EXERCISE:
Your output is one number, the count of lines in the listing below that hold the word "FLOORING".

MATERIAL SHOWN:
━━━━━━━━

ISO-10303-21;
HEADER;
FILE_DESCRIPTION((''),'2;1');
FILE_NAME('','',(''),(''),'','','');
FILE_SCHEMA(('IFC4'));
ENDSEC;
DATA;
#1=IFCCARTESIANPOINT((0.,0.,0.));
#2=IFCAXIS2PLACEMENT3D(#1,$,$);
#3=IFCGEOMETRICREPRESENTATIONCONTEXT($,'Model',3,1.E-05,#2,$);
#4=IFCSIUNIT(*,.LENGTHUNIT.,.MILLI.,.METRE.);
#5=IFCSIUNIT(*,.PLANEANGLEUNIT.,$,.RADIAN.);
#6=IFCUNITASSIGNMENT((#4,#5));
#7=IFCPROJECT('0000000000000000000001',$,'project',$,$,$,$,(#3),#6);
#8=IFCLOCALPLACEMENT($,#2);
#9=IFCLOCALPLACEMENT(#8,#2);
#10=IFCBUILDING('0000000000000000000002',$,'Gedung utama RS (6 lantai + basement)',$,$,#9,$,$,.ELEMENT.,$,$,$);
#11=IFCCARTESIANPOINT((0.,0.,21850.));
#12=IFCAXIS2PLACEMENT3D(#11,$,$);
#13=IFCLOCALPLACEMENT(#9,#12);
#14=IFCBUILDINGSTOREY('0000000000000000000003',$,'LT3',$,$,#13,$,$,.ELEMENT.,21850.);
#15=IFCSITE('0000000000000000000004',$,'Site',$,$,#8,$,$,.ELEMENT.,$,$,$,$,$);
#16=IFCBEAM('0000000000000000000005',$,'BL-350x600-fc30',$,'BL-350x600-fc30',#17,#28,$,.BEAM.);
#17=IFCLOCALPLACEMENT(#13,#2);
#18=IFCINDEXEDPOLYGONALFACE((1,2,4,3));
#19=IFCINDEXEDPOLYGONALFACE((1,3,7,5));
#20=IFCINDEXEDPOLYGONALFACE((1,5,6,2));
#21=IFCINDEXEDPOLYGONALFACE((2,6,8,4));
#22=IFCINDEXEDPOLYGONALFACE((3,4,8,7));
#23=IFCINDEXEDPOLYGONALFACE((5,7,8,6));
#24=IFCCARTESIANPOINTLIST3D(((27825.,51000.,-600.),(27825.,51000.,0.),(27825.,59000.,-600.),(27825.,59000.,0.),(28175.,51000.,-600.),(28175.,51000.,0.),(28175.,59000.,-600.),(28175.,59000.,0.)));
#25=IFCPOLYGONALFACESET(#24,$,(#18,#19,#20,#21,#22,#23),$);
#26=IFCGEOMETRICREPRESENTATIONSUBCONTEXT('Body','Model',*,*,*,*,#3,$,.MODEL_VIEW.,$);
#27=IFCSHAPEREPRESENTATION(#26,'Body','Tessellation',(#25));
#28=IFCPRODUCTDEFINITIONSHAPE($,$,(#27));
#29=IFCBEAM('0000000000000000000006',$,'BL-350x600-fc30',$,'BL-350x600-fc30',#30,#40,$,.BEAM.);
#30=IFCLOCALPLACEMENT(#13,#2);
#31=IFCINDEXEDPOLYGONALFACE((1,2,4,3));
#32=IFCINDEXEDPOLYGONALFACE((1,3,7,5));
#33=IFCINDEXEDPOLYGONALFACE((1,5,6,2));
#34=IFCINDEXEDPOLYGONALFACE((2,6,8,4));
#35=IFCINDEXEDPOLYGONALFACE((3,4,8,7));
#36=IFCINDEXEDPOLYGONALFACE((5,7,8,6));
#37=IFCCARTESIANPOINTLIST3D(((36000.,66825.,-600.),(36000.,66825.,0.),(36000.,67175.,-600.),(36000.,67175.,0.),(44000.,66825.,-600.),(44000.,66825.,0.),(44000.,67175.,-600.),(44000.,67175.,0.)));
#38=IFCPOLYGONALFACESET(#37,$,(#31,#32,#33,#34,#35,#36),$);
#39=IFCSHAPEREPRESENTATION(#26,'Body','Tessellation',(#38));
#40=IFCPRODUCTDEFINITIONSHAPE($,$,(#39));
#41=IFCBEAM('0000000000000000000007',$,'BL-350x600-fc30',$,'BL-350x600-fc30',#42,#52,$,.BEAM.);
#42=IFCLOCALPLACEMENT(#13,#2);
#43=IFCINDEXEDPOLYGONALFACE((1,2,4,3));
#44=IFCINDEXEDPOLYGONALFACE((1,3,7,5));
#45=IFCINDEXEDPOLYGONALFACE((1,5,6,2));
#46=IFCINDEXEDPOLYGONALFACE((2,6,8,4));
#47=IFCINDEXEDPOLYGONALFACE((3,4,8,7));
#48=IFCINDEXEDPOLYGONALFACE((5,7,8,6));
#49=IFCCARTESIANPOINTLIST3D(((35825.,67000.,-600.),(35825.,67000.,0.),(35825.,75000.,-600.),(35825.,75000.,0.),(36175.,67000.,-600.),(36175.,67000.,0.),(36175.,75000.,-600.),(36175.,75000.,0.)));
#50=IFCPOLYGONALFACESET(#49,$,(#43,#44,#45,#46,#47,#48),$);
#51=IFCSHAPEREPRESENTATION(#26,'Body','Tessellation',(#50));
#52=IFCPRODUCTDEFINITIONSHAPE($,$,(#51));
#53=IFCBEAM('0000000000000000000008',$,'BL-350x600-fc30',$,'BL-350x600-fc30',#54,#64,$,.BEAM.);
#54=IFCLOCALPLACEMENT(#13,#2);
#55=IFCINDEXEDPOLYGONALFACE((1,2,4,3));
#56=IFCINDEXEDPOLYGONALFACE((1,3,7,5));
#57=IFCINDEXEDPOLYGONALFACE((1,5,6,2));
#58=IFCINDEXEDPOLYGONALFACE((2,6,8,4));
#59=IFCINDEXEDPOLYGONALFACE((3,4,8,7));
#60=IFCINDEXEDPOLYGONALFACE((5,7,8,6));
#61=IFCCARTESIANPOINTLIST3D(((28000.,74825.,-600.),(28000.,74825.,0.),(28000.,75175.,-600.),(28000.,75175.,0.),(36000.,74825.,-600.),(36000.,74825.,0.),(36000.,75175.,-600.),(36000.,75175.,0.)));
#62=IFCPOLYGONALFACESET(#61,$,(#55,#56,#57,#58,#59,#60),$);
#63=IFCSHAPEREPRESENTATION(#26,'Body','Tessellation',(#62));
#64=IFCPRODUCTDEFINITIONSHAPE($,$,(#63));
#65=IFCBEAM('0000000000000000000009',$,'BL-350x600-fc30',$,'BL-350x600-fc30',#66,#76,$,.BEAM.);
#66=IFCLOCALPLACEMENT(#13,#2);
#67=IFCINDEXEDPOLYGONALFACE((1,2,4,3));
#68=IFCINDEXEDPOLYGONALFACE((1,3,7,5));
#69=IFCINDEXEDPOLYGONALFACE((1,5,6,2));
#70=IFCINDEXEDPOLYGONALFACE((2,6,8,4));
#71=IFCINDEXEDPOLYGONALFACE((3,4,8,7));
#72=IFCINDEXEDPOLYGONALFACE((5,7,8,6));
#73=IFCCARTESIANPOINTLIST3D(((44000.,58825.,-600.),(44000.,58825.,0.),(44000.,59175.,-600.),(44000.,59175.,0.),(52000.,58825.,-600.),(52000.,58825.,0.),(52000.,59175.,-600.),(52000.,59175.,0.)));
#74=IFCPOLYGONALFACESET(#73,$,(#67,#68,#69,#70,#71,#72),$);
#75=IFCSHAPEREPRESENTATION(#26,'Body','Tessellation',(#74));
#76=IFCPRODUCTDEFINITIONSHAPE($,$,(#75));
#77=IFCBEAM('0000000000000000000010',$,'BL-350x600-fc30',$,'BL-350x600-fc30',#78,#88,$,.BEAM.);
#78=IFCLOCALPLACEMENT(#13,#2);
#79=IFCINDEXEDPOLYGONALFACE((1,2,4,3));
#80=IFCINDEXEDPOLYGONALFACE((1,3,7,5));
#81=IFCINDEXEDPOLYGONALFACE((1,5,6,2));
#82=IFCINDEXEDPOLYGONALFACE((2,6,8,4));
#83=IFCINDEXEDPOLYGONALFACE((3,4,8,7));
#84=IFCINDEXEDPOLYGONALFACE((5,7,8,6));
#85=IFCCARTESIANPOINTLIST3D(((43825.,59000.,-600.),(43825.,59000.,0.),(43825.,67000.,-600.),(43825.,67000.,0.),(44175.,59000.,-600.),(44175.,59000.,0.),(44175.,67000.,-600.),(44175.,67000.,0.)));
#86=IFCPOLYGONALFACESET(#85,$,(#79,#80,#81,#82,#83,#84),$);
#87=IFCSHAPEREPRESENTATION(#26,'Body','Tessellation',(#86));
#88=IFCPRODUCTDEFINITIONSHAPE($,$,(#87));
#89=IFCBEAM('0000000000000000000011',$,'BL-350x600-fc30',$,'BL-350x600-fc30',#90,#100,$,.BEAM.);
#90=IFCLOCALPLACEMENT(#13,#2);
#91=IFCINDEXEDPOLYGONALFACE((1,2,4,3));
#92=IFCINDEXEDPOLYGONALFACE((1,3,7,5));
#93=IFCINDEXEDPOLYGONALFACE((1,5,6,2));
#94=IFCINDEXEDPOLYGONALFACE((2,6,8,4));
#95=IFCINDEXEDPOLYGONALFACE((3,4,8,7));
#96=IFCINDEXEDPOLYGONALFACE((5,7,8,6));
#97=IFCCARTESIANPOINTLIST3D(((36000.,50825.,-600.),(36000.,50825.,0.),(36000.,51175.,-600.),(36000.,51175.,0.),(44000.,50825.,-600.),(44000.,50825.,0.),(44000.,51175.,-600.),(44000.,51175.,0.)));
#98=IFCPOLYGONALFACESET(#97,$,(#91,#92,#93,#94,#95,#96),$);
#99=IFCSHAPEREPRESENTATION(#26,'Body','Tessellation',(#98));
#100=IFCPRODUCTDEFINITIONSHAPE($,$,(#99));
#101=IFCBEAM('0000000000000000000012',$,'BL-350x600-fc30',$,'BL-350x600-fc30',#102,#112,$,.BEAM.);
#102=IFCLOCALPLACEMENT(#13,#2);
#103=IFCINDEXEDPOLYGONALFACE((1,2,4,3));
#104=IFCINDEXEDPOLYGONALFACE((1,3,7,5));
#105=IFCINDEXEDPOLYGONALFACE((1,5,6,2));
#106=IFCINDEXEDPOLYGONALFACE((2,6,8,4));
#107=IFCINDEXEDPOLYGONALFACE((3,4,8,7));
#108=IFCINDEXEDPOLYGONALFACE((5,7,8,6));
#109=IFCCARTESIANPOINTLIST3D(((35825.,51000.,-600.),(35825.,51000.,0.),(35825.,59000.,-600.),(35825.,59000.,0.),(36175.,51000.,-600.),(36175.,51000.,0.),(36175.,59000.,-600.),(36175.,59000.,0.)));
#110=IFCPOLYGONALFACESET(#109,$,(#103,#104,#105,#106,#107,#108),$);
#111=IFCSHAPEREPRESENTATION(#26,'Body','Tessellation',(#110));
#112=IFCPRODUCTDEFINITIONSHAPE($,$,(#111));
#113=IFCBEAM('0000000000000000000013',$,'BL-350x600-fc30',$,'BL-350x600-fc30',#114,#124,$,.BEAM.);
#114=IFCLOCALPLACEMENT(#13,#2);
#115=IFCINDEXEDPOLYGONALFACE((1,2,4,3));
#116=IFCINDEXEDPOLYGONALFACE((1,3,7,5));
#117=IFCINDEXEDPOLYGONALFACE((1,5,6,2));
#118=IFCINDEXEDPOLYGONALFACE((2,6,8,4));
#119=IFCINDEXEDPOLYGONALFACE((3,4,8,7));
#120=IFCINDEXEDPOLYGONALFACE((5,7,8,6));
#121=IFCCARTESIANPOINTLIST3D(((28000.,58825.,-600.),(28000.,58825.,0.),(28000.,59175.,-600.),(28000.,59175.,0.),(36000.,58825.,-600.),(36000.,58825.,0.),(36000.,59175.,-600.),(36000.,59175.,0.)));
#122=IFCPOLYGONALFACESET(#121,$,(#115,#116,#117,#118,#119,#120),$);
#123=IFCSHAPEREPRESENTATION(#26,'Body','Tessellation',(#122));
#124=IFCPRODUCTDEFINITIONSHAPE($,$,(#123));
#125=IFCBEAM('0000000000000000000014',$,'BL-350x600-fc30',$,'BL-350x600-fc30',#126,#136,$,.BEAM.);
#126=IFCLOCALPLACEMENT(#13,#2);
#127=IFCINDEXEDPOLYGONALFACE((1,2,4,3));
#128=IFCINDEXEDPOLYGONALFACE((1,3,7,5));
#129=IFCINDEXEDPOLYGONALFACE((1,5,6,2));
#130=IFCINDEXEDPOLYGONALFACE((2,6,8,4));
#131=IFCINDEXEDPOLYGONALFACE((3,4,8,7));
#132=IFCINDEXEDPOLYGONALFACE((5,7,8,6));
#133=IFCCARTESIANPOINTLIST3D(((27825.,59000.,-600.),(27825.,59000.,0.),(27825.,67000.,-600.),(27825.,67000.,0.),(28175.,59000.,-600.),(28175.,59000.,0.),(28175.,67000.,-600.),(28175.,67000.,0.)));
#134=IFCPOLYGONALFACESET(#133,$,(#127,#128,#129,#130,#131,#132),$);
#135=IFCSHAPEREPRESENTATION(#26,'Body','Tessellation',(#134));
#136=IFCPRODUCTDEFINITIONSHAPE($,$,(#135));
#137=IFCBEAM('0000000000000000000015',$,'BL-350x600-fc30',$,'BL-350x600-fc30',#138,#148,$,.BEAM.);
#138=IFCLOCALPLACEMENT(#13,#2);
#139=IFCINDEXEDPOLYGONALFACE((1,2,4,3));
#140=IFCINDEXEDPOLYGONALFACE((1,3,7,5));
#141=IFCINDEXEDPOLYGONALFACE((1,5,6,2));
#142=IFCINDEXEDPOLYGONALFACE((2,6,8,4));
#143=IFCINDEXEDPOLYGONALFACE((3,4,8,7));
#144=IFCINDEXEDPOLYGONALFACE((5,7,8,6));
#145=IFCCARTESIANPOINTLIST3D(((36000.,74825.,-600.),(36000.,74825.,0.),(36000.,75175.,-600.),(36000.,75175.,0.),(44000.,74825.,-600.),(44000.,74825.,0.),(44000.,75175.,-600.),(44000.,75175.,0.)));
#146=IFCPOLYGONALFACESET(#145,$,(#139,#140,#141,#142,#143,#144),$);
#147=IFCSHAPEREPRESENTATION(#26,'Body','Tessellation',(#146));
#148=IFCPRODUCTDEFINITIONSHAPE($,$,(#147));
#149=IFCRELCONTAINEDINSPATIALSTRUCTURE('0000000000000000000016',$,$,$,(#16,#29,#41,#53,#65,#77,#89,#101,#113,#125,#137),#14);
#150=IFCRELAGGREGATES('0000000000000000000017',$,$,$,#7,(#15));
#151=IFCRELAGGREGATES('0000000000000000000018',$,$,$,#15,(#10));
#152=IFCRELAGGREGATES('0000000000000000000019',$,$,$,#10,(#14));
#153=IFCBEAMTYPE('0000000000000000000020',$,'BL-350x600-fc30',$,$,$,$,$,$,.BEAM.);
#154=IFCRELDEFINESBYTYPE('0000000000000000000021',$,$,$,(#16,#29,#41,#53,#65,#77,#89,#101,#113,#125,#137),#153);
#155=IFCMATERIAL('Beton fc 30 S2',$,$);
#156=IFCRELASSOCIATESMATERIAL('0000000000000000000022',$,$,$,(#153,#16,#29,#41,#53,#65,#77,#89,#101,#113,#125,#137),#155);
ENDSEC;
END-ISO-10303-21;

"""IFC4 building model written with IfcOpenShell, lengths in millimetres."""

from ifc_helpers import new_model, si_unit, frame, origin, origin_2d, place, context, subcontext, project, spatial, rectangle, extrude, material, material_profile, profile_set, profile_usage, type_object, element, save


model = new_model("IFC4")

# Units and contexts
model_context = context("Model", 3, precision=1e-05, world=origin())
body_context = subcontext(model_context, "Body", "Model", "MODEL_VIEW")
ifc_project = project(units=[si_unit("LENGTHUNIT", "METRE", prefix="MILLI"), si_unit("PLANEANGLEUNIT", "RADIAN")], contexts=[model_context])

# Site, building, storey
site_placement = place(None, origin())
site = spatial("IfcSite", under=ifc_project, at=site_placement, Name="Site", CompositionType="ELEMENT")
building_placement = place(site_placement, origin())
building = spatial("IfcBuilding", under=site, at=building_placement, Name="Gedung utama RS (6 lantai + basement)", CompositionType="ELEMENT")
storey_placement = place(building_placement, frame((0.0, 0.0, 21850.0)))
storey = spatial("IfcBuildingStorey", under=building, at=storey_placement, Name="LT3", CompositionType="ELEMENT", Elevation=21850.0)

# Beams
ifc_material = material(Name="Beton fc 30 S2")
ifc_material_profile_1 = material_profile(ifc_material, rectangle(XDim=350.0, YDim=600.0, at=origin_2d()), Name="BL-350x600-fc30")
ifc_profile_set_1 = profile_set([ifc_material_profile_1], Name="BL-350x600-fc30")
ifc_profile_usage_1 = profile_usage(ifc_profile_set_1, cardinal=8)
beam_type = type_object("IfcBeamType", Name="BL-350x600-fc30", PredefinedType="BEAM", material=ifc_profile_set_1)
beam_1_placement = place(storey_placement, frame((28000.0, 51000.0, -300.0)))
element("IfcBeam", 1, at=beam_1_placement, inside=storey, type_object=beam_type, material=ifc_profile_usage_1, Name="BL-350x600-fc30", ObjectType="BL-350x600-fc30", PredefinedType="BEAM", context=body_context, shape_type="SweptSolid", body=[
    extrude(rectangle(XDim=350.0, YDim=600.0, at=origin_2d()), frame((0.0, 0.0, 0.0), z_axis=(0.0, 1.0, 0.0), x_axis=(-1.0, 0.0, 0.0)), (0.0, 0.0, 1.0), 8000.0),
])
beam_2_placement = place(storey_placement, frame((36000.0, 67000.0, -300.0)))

━━━━━━━━

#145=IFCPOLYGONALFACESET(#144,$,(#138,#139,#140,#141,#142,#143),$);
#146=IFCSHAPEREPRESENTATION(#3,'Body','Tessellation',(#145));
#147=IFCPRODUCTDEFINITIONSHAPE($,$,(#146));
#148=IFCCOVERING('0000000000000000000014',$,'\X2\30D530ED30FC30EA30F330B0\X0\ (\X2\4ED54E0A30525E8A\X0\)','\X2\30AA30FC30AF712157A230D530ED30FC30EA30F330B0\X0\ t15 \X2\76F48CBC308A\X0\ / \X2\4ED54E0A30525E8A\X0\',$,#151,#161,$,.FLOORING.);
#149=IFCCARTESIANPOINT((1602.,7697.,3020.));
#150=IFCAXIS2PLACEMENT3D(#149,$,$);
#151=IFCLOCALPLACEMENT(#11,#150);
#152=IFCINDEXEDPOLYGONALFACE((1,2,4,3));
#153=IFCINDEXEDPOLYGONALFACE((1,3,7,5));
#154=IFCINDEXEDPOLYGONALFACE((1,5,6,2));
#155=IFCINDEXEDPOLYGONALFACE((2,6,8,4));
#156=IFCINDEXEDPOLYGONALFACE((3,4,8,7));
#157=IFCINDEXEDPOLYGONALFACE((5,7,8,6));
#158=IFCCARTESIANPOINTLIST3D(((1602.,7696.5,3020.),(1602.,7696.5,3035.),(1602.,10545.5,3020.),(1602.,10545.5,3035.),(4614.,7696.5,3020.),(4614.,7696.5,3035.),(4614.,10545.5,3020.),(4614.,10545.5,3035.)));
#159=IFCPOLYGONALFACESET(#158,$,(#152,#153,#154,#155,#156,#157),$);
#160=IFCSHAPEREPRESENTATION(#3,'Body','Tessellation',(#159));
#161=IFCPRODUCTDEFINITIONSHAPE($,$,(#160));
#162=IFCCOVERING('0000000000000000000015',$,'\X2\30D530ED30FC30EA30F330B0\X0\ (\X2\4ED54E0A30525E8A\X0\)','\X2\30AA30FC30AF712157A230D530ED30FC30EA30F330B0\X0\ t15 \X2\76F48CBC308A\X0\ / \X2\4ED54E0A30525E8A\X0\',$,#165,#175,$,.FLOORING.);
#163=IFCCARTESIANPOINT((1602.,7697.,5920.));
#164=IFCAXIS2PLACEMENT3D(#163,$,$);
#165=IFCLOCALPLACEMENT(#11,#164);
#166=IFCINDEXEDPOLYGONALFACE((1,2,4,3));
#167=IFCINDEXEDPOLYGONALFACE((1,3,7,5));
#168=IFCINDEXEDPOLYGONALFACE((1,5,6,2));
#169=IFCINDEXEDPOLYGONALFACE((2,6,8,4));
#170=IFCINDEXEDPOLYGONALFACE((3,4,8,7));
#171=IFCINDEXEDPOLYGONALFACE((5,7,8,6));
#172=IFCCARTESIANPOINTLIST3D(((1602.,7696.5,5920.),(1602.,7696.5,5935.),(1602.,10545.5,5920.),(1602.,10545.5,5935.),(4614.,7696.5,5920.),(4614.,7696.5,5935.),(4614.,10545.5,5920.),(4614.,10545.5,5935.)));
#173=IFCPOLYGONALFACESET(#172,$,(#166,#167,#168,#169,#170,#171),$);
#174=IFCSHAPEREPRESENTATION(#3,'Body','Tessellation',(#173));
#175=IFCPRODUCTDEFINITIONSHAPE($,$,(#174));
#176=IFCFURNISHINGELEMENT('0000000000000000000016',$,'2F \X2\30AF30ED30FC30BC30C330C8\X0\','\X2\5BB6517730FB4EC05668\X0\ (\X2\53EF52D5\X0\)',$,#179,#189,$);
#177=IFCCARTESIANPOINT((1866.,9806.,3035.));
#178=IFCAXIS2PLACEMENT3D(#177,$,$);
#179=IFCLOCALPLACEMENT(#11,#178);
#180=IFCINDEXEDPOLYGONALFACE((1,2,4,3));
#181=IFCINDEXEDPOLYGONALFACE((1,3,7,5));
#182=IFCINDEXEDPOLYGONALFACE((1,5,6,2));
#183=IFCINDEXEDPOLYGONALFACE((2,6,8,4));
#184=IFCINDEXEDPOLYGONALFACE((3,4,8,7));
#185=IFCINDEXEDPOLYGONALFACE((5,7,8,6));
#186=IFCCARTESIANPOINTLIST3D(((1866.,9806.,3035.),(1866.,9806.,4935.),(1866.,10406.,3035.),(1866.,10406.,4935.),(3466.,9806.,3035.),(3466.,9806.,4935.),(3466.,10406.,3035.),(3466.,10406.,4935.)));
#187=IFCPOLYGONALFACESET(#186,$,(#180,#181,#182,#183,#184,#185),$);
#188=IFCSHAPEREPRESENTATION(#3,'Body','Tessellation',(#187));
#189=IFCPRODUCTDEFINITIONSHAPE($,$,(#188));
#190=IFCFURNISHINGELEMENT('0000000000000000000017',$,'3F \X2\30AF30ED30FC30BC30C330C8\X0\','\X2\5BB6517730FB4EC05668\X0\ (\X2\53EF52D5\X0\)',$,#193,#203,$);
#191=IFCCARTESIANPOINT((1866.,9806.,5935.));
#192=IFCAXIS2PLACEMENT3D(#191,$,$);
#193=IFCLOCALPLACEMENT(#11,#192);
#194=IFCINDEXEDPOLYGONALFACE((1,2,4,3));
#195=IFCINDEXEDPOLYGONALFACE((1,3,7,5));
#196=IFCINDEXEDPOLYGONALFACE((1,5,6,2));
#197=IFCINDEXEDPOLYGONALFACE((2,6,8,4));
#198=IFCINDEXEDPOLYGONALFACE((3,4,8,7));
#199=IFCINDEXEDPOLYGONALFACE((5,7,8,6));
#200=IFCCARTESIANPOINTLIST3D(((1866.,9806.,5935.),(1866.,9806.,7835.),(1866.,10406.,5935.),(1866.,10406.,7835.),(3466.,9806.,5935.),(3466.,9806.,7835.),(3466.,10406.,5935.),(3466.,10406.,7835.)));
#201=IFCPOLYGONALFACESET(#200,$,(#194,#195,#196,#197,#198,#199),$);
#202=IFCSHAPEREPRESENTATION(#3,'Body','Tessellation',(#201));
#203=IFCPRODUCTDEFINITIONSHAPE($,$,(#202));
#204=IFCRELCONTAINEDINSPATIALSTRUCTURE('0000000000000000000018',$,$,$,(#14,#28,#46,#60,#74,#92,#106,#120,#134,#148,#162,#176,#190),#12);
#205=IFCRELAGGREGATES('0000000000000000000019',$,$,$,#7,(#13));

━━━━━━━━

ANSWER BELOW:
2